In January 2014, a 20-year-old tribal girl was raped by 13 men all night as ‘punishment’ for her heinous crime of having a relationship with a man belonging to another community. The Salishi Sabha, a village panchayat system judged her case and punished her for it with the only thing they thought would teach her a lesson; gang-rape in front of men, women and children. When the villagers were asked about the incident, most of them answered that the victim deserved it because she was trying to cross lines she was not supposed to. Now the fact is that, the woman had the nerve to go to Delhi and take up a job as a cook. She was privy to a city life, money that she earned and had access to finer things in life, like accessories and face creams. And her audacity to assert her individuality by falling in love with a person outside her community earned her the gross sexual violence. And the public display and heightened brutality was to show other women what would happen if they toed the line.
Sexual violence has always been a means for subjugating women and it has nothing to do with desire. Chemical castration, often suggested as a means to stop rapists, is useless. Most serial rapists including Jack the Ripper were impotent. The violence is gratification for feeling unequal which upsets the male psyche. Castration will only further the wrongful notion that rape is about sex. Yes, rape is about sex but in the way that it is used to further alienate women from a free society where they can assert their individuality, get out of their confined social spaces to claim sovereignty.

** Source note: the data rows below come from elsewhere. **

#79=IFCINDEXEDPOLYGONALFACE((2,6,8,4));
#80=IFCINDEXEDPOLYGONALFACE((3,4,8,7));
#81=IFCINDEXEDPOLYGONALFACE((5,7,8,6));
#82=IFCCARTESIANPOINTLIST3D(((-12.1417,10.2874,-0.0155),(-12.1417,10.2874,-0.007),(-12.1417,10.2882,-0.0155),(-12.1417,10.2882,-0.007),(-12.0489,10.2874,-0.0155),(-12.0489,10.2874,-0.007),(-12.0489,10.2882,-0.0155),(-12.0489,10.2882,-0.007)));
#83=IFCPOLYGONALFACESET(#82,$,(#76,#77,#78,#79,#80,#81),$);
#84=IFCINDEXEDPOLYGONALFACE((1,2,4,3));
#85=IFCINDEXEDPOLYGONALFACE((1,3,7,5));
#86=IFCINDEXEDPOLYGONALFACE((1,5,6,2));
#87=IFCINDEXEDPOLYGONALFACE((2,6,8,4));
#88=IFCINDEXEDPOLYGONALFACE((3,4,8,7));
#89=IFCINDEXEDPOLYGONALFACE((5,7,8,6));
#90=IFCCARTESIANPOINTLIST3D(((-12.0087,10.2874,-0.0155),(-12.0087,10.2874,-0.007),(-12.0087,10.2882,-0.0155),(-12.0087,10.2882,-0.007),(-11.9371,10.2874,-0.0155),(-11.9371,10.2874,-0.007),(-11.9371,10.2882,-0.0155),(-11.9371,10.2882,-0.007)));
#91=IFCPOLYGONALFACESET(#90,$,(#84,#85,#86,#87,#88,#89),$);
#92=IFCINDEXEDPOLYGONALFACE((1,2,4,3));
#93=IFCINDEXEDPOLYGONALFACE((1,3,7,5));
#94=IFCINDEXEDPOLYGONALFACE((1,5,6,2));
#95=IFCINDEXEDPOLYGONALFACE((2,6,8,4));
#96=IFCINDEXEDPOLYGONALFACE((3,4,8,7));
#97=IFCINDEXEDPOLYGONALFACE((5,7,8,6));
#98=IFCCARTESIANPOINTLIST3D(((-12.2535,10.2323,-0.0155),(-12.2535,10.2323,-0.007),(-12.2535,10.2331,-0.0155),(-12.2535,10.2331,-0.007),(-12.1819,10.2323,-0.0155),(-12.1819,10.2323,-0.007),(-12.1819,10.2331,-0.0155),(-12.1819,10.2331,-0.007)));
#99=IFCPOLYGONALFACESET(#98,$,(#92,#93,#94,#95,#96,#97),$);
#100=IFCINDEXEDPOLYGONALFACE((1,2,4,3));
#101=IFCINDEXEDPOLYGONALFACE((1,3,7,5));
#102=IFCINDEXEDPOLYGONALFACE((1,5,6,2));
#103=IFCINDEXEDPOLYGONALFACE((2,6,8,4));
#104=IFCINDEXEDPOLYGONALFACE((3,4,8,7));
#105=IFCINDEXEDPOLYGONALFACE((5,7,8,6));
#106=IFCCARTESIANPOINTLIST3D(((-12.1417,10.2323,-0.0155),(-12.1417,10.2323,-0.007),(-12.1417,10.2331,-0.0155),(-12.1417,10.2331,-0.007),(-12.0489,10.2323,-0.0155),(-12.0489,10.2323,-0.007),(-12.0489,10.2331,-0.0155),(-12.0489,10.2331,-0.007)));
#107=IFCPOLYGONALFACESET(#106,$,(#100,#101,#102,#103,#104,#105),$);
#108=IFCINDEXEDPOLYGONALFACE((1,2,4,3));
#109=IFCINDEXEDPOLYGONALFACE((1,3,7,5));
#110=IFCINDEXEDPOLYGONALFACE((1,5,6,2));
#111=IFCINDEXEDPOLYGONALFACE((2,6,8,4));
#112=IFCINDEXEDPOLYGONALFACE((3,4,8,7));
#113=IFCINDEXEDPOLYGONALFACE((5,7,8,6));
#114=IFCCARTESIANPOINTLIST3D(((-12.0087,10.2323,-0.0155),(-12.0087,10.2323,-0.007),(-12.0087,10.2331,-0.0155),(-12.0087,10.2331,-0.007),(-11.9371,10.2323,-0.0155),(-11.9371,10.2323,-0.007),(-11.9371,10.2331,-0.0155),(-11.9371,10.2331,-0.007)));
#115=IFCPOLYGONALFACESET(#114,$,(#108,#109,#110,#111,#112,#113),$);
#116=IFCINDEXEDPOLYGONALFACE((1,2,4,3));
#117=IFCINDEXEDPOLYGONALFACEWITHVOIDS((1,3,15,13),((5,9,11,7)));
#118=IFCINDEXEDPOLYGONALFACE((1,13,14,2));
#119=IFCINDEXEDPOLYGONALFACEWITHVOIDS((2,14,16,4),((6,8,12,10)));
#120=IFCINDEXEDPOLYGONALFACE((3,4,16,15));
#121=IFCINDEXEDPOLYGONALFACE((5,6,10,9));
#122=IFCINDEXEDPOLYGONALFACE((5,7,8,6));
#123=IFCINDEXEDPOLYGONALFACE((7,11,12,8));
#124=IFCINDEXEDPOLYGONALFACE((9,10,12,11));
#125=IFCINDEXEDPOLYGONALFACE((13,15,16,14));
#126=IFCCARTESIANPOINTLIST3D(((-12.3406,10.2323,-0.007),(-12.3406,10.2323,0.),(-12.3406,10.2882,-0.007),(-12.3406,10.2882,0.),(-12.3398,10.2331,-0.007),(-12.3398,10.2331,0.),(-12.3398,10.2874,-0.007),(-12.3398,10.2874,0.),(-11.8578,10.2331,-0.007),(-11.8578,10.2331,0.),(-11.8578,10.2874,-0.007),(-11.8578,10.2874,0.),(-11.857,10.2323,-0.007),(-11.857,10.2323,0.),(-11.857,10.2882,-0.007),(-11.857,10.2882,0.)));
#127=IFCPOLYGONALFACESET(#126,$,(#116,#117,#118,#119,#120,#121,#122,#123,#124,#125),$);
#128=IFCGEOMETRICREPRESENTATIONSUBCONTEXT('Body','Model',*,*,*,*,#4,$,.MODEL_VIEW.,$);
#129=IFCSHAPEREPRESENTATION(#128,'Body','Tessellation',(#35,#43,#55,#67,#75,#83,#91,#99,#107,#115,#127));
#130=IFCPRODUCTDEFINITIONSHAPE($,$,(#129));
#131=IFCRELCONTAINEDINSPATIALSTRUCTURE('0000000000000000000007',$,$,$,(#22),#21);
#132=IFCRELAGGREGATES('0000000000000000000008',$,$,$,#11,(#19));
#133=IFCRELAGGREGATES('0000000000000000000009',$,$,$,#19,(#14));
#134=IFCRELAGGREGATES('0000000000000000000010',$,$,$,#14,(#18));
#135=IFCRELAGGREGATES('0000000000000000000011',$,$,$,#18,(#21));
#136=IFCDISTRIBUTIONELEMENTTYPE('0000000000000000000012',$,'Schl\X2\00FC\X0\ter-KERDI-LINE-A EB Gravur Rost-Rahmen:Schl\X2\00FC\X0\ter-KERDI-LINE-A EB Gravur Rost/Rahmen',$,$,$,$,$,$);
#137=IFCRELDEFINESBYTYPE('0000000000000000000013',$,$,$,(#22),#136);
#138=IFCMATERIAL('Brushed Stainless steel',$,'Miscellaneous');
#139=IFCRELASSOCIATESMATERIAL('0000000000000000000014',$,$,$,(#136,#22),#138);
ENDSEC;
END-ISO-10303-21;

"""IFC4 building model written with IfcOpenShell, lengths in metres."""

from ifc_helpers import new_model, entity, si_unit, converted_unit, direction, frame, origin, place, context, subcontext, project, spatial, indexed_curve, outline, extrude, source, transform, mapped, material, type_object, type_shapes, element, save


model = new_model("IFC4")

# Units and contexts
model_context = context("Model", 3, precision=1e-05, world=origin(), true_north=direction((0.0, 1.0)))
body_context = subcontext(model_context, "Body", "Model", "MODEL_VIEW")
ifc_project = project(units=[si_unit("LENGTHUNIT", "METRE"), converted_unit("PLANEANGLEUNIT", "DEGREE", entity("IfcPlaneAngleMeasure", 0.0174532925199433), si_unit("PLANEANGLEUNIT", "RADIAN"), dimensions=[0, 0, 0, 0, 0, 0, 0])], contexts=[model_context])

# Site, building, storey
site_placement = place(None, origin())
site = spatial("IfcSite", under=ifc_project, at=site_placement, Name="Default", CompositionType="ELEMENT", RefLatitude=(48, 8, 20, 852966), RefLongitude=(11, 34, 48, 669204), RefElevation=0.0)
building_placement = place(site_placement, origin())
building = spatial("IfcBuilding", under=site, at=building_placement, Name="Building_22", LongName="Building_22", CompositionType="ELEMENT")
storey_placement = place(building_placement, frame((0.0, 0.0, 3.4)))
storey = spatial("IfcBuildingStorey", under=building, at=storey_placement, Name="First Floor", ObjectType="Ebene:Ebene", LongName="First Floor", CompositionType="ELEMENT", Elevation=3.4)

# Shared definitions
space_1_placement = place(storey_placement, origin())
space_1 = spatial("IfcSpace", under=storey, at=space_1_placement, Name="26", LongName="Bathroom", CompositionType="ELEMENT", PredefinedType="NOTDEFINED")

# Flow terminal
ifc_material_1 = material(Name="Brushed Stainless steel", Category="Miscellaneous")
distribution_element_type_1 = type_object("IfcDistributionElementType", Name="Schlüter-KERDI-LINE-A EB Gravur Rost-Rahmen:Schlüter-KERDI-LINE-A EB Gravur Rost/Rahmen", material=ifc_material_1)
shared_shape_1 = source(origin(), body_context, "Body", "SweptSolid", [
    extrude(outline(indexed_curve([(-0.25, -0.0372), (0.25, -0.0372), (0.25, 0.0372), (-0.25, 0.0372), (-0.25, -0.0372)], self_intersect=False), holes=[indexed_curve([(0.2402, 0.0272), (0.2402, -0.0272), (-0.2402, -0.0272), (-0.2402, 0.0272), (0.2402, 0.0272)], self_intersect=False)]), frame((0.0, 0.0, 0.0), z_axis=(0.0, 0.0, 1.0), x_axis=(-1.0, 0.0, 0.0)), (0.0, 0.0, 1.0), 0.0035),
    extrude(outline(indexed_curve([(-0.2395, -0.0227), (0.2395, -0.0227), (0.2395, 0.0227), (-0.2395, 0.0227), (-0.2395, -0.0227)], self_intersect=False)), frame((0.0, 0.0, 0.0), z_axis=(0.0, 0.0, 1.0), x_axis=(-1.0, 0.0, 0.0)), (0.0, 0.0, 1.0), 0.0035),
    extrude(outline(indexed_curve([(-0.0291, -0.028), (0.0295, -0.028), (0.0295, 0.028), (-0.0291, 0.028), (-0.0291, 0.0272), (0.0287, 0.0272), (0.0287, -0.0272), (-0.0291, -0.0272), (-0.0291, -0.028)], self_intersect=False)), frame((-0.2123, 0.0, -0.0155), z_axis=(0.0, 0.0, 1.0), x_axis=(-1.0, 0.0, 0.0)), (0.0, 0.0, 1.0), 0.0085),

Ratna Kapur, rightfully said in her article in Hindu, “With the opening up of the market, women are more visible in the workplace. That they are entering male bastions of power has challenged the sense of superiority and entitlement of the traditional Indian male. This idea of a woman as a fully formed human subject remains a difficult concept to embrace.” For generations, the Indian male has seen women as inferior objects. The female body along with the female identity has been subject to secretive shaming, and treated as an affront to civilised society. Women have been treated as property, as cash cows and objectified in more than sexual ways. The sudden strides taken by women in terms of work, personal upliftment and education has left the collective idea of a woman in India unsettled. The way to stop this or to re-assert dominion has found its outlet in the form of sexual violence and sometimes goes farther than that and mutilates the female body, face and genitals to mark its occurrence.

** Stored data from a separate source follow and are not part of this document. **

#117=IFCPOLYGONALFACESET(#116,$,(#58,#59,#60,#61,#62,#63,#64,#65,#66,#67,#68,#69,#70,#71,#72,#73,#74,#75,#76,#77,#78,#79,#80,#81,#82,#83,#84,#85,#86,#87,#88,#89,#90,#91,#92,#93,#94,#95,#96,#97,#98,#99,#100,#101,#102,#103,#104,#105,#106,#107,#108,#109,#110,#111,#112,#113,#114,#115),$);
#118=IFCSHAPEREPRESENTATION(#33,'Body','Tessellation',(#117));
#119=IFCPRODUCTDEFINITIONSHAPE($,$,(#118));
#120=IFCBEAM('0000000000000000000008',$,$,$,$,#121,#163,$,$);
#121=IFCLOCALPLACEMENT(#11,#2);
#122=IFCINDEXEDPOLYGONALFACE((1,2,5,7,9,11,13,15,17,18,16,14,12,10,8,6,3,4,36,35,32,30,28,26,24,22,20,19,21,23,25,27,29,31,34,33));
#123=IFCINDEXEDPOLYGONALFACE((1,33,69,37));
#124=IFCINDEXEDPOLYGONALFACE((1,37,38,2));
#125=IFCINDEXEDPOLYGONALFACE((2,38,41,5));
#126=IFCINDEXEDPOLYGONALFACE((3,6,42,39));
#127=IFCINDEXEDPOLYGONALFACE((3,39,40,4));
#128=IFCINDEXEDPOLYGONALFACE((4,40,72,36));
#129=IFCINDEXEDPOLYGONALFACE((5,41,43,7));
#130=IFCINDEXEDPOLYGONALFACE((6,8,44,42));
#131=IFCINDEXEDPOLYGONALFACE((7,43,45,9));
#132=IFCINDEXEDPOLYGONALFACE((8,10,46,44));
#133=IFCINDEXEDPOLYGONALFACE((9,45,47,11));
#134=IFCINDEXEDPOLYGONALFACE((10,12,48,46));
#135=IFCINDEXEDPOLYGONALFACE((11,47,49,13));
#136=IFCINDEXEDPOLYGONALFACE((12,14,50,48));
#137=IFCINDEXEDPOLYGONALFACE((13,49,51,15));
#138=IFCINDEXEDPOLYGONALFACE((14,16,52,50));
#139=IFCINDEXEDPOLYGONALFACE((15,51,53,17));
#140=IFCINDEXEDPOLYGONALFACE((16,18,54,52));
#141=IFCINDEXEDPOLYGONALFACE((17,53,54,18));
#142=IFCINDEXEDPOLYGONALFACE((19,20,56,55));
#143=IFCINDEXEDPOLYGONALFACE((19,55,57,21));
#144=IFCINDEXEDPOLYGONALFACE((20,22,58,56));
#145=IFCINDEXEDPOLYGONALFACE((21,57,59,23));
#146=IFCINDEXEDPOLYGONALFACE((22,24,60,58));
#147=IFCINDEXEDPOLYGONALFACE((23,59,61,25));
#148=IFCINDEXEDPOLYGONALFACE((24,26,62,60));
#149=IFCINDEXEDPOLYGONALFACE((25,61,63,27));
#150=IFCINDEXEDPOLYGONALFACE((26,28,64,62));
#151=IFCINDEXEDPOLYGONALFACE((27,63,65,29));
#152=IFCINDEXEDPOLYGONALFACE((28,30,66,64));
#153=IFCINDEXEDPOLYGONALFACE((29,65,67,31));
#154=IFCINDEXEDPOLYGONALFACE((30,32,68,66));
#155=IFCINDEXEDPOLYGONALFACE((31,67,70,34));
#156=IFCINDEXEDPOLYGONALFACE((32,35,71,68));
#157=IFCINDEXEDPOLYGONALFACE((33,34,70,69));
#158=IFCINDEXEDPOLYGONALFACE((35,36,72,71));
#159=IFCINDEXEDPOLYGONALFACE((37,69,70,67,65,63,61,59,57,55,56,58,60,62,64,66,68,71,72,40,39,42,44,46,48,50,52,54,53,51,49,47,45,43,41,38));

With the farce of ‘India Shining’, comes the rise of gang rapes. When rape is only between one man and one woman, it is still within the premise of privacy and secrecy. When a group of people collectively violate a woman’s right to her own sexuality, it is also a collective validation of the act. With the video of a gang rape doing the rounds on WhatsApp, we can see the smiles on the perpetrator’s faces which is not just about pleasure or having their desires fulfilled, it is about lack of the feeling of wrong doing. A recent survey showed 94% of women feel unsafe in India. The attacks on women in public spaces as well as deserted ones are instilling fear in women which in turn is hampering their personal and professional victories. When the response of an entire nation to any rape is scrutinizing the victim, rape gains an unsaid encouragement. The power in place is still the male Indian’s.